The other day, we had a rather severe weather event in my area that resulted in a rather lengthy outage of our cable service and in turn no connectivity to my enterprise. Luckily for me, I had a backup plan and was able to reconnect
using my cellular 3G card. It got me to thinking about all of the possible points of failure that can impact us in the enterprise. In a typical enterprise, there are many moving parts that must all work together to provide end users seamless
connectivity and high availability. Even with ever increasing reliance on other modes of communications such as email, Instant Messaging, and even social networking today, the end user still has literally no tolerance when their voice platform fails. You can probably blame your local telephone company for setting this expectation since they had decades and decades of experience to build highly redundant and highly available voice networks. This expectation transitioned into the enterprise with the advent of the PBX. These platforms were hardened appliances that were engineered for maximum uptime and many PBX providers had maintenance services to provide critical spares to customers that were willing to pay for it. In short, voice failed in only the rarest of occasions and when it did fail it was fixed promptly. So it's completely legitimate and logical to ask if we can obtain the same kind of resiliency in a world where communications has been converted from TDM to IP, from hardware to software, run on separate networks to converged with all other enterprise
traffic and even embedded into line of business applications. The obvious answer to this question is "Of Course It Can".

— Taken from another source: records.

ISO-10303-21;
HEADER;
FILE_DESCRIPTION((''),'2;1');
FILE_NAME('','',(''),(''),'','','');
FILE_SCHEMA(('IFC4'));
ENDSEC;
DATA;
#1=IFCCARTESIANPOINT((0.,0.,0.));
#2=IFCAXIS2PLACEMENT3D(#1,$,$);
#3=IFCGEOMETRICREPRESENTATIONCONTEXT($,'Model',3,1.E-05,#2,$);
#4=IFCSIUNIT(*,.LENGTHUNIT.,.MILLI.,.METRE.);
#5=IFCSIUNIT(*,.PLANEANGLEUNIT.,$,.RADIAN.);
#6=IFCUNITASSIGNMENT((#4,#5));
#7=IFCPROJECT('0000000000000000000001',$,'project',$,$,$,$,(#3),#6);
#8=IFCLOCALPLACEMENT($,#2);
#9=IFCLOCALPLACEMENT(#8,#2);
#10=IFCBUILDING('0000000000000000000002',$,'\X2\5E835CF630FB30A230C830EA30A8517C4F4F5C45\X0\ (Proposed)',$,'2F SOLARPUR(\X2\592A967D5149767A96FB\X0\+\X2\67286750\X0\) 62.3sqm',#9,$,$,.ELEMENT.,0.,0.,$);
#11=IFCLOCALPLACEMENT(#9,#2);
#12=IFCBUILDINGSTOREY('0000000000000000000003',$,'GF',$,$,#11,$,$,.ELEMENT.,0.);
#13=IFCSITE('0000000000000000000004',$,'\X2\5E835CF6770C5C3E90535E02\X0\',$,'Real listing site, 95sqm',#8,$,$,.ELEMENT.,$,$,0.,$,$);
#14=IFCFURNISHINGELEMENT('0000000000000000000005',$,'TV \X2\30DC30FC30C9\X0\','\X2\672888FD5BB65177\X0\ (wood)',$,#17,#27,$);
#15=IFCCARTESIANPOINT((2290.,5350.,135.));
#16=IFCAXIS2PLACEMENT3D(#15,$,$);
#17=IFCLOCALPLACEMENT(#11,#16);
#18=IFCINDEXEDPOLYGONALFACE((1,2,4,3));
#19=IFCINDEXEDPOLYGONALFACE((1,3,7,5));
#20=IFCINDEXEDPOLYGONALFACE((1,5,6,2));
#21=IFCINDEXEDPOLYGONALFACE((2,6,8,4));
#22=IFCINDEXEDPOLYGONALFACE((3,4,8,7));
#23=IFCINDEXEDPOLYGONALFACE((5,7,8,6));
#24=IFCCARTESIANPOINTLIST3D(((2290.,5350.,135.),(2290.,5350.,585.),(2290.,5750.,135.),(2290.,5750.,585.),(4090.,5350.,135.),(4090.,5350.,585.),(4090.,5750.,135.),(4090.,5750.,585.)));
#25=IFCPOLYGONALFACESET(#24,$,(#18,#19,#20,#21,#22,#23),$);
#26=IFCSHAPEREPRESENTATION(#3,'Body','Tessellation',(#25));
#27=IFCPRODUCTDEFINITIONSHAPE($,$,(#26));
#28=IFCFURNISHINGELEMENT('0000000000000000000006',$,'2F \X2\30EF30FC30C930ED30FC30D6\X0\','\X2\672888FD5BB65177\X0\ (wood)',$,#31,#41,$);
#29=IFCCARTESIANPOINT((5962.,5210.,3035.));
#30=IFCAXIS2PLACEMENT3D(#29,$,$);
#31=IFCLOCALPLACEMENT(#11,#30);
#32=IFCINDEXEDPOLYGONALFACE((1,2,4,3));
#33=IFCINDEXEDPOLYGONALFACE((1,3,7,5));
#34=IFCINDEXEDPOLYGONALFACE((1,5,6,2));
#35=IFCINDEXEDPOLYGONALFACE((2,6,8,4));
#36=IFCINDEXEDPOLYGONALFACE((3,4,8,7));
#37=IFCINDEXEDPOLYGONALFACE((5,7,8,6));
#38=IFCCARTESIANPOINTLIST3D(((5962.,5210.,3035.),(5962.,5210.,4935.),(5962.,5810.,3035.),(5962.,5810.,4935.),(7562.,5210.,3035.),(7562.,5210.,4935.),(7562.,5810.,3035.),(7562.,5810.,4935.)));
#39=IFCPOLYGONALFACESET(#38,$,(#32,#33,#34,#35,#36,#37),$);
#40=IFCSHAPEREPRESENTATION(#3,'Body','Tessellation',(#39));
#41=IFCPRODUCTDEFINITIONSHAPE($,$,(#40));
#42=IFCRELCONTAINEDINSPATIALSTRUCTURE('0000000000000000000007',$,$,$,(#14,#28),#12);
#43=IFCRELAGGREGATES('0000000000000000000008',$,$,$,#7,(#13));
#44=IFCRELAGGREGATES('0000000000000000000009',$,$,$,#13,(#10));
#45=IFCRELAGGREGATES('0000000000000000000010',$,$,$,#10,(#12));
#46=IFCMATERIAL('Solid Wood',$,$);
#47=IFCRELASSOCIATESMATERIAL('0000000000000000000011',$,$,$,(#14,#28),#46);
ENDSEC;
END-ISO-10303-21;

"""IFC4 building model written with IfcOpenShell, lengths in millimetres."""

from ifc_helpers import new_model, si_unit, frame, frame_2d, origin, place, context, project, spatial, rectangle, extrude, material, element, save


model = new_model("IFC4")

# Units and contexts
model_context = context("Model", 3, precision=1e-05, world=origin())
ifc_project = project(units=[si_unit("LENGTHUNIT", "METRE", prefix="MILLI"), si_unit("PLANEANGLEUNIT", "RADIAN")], contexts=[model_context])

# Site, building, storey
site_placement = place(None, origin())
site = spatial("IfcSite", under=ifc_project, at=site_placement, Name="広島県尾道市", ObjectType="Real listing site, 95sqm", CompositionType="ELEMENT", RefElevation=0.0)
building_placement = place(site_placement, origin())
building = spatial("IfcBuilding", under=site, at=building_placement, Name="広島・アトリエ兼住居 (Proposed)", ObjectType="2F SOLARPUR(太陽光発電+木材) 62.3sqm", CompositionType="ELEMENT", ElevationOfRefHeight=0.0, ElevationOfTerrain=0.0)
storey_placement = place(building_placement, origin())
storey = spatial("IfcBuildingStorey", under=building, at=storey_placement, Name="GF", CompositionType="ELEMENT", Elevation=0.0)

# Shared definitions
ifc_material_1 = material(Name="Solid Wood")

# Furnishing elements
furnishing_1_placement = place(storey_placement, frame((2290.0, 5350.0, 135.0)))
element("IfcFurnishingElement", 1, at=furnishing_1_placement, inside=storey, material=ifc_material_1, Name="TV ボード", Description="木製家具 (wood)", context=model_context, shape_type="SweptSolid", body=[
    extrude(rectangle(XDim=1800.0, YDim=400.0, at=frame_2d((900.0, 200.0))), frame((2290.0, 5350.0, 135.0)), (0.0, 0.0, 1.0), 450.0),
])
furnishing_2_placement = place(storey_placement, frame((5962.0, 5210.0, 3035.0)))
element("IfcFurnishingElement", 2, at=furnishing_2_placement, inside=storey, material=ifc_material_1, Name="2F ワードローブ", Description="木製家具 (wood)", context=model_context, shape_type="SweptSolid", body=[
    extrude(rectangle(XDim=1600.0, YDim=600.0, at=frame_2d((800.0, 300.0))), frame((5962.0, 5210.0, 3035.0)), (0.0, 0.0, 1.0), 1900.0),
])

save(model, "model.ifc")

In order to achieve the same level of business continuity in this brave new world, it's critical to ensure that you have the right architecture. The attributes of such an architecture are varied but some of the critical ones are listed below.

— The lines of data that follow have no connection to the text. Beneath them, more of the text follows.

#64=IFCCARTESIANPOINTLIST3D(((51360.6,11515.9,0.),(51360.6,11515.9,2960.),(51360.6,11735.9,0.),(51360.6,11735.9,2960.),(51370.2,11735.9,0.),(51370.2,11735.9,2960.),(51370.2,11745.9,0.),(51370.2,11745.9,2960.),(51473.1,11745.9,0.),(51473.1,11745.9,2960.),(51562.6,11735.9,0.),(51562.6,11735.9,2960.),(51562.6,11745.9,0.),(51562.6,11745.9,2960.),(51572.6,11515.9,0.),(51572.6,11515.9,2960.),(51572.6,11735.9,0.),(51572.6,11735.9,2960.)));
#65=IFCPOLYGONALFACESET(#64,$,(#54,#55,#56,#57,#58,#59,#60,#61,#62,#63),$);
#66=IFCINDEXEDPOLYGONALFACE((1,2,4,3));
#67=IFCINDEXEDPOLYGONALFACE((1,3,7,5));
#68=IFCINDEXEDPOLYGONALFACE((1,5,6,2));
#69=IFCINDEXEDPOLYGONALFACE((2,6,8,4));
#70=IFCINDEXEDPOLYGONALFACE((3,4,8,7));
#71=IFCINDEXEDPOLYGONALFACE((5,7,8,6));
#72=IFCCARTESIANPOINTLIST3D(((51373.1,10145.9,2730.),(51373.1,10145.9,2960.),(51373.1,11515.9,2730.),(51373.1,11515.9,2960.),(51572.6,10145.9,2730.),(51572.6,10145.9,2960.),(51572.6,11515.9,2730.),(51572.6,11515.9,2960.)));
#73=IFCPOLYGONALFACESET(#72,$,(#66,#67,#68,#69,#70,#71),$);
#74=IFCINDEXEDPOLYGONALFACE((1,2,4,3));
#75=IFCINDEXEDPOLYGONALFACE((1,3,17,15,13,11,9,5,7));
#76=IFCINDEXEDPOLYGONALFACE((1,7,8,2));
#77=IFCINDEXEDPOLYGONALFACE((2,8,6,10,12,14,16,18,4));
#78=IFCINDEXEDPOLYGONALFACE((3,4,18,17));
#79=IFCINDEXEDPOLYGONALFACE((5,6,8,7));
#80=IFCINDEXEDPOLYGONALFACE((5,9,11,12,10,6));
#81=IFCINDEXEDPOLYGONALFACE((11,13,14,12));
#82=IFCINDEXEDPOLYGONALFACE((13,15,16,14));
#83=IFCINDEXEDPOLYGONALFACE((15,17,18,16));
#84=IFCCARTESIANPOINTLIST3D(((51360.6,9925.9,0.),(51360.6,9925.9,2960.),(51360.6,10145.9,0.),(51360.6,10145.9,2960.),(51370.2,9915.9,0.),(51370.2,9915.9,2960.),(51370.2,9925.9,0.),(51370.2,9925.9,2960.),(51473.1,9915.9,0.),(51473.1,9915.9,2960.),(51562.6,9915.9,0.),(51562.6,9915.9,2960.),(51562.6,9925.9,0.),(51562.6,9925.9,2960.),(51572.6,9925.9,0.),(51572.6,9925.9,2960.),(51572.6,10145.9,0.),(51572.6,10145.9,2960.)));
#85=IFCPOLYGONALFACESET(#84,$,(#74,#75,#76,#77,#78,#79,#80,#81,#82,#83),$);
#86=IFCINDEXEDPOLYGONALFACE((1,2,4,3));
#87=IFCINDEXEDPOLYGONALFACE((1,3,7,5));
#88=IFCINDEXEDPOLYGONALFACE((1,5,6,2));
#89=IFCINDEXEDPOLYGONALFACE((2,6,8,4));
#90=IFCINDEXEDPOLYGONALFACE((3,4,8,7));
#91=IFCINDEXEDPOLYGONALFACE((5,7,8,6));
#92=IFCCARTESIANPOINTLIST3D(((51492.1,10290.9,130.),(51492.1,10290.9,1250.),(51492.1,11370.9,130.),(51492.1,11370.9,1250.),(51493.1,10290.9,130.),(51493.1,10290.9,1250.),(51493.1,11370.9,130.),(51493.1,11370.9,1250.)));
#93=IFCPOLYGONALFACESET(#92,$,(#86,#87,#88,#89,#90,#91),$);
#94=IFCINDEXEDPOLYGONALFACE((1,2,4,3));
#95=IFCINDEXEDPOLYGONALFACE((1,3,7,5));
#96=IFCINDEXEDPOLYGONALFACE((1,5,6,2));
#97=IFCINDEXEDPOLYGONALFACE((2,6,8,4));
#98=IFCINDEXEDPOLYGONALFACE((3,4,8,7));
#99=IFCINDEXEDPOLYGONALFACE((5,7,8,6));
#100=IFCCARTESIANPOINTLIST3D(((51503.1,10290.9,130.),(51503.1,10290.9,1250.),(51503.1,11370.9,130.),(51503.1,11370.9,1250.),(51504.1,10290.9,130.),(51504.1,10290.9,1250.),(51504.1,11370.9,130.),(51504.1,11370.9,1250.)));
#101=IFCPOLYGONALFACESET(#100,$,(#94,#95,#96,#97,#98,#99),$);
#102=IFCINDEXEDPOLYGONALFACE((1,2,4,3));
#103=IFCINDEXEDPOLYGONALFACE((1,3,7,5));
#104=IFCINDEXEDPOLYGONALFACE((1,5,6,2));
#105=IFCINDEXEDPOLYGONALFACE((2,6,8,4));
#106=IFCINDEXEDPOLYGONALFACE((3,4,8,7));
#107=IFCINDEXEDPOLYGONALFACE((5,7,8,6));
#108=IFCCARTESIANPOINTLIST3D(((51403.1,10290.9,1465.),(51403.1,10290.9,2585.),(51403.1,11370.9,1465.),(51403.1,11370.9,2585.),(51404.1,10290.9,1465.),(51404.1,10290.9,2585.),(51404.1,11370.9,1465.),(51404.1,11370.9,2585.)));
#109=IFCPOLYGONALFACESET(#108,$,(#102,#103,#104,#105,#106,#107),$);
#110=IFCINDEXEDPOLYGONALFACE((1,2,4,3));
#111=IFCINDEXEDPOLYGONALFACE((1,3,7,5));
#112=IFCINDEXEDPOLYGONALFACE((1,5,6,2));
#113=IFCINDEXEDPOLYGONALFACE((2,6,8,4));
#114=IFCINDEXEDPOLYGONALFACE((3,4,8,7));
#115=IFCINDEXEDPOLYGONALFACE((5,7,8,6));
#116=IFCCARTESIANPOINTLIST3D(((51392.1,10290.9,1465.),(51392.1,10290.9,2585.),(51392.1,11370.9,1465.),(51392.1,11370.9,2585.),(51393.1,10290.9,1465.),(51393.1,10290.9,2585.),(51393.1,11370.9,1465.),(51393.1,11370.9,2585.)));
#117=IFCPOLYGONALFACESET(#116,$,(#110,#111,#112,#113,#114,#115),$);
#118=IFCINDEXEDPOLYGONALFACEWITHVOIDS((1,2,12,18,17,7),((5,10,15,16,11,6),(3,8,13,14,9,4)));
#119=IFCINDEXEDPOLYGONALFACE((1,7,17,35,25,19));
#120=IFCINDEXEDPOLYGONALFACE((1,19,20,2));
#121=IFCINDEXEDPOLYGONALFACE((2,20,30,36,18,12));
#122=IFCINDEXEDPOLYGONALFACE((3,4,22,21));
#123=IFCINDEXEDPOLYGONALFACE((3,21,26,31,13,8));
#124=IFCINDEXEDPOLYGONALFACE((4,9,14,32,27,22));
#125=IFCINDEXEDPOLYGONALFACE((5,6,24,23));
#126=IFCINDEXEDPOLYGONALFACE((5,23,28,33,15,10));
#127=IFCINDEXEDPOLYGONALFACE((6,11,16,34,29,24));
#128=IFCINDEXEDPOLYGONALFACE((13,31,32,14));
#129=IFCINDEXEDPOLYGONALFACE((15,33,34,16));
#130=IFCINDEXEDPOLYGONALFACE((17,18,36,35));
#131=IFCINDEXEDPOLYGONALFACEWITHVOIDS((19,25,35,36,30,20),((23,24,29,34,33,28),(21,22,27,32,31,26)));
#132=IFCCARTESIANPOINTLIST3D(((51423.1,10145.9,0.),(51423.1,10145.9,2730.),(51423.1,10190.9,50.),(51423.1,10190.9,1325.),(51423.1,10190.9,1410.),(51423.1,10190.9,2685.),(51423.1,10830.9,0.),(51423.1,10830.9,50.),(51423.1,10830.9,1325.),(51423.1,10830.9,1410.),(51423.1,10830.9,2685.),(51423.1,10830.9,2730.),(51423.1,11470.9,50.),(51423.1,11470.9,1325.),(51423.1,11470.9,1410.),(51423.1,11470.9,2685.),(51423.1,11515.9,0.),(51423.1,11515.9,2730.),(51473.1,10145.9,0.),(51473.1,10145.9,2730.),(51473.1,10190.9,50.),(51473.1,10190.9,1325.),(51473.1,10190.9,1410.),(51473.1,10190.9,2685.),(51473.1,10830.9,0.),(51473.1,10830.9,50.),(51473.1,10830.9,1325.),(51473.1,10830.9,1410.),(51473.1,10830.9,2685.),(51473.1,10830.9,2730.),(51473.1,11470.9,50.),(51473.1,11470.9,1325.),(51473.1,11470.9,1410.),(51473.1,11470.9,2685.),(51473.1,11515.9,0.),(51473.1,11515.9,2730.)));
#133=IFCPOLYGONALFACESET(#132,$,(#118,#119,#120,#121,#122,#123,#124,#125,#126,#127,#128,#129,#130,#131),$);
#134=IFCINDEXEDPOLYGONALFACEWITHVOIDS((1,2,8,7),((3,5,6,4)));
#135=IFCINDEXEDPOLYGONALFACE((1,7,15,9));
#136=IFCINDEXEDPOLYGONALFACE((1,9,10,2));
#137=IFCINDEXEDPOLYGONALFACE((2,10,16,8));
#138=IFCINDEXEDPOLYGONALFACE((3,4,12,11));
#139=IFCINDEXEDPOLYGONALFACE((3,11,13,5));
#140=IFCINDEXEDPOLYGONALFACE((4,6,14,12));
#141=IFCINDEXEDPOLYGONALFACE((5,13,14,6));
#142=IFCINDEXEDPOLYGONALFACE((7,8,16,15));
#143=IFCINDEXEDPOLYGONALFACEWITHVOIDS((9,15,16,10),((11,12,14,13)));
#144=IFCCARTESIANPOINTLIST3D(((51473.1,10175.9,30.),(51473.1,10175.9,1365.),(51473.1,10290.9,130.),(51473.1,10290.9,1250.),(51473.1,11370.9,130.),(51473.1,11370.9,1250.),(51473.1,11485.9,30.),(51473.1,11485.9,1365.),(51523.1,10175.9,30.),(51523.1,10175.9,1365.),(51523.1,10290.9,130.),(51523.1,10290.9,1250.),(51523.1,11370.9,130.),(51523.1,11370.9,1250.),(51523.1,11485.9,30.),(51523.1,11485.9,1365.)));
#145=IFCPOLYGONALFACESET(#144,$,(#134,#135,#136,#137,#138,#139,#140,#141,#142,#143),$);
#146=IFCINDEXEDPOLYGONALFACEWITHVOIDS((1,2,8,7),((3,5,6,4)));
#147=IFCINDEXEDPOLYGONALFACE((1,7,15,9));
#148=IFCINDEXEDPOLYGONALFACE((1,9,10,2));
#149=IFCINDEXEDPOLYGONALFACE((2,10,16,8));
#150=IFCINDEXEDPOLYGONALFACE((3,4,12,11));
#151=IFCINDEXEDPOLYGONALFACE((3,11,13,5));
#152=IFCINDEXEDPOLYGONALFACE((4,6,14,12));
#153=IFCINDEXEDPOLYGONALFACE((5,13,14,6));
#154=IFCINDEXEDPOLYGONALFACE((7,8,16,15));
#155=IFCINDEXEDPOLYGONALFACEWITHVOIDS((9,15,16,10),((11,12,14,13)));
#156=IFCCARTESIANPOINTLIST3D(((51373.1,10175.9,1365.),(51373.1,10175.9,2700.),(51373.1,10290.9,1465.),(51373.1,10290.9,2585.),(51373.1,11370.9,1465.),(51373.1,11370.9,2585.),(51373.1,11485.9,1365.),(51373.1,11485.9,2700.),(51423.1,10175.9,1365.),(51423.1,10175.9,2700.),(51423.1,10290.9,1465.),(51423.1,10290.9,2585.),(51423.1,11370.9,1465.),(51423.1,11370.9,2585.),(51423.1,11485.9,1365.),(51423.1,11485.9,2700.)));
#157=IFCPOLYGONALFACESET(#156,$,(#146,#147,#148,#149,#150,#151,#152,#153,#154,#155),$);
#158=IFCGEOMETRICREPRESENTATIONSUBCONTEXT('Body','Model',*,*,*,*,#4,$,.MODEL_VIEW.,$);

Active/Active vs. Active/Standby: In an active/active architecture all registered endpoints are cached on both sides of the cluster. Most enterprise voice platforms today support active/standby in which a re-registration process must take place when one side of the cluster fails. This is completely unsatisfactory in an enterprise production environment today. Active/Active ensures that not only is a re-registration process not necessary but when a side of the cluster fails, the end user knows no difference. They continue to process calls and invoke features. Furthermore, the architecture is built so that only one side of the cluster is necessary to support all subscribers.
Multiple levels of hardware/software redundancy: Simply put this means no single point of failure in the core call control platform. From a hardware perspective, this is normally handled by replicating all critical hardware interfaces and components in a server (hard drives, processors, NIC cards, and power). The software is much more complex. Linux as an underlying OS is critical. In addition, some clustering functions are required that work in concert with the OS as well as the application to optimize the failover process when it's necessary.
From Embedded to Standalone: Some UC architectures today have completely intertwined the call control with other communication channels that a failure in the core architecture means all communication channels are impacted. The architecture must support the ability to back off to a basic voice capability should the application platform become impacted.
Standalone Survivability: As I mentioned previously there are many moving parts in the enterprise today and so even with the most resilient architecture there is always the possibility for network hardware or the network in general to fail. When this happens a typical customer may not have a backup connection. That means the individual site must be able to standalone and provide basic services to the end user as required. It must do so in a seamless manner and must restore service to the core platform when the network is available again.
Some architectures provide these standalone functions in combination with the routing functions. This can be a significant issue if that platform fails as all services in the branch will be impacted.
Beyond the attributes mentioned above, I believe it's possible to take the resiliency functions even farther. With the right combination of software, hardware, and networking complimenting each other, resiliency can be extended and multiplied. Take the example of my cable service outage at the beginning of my blog. Extend the principle of using a wireless backup capability to restore service in the enterprise space. With the advent of 3G and soon 4G, it would be possible to provide this alternate network connection on demand. If you take this concept forward you can see an environment where virtual software functions can be moved from data center to data center ensuring call control will always be available.
In my opinion, we are nearing the day when we will raise the bar for resiliency that was originally set by Ma Bell a long, long time ago.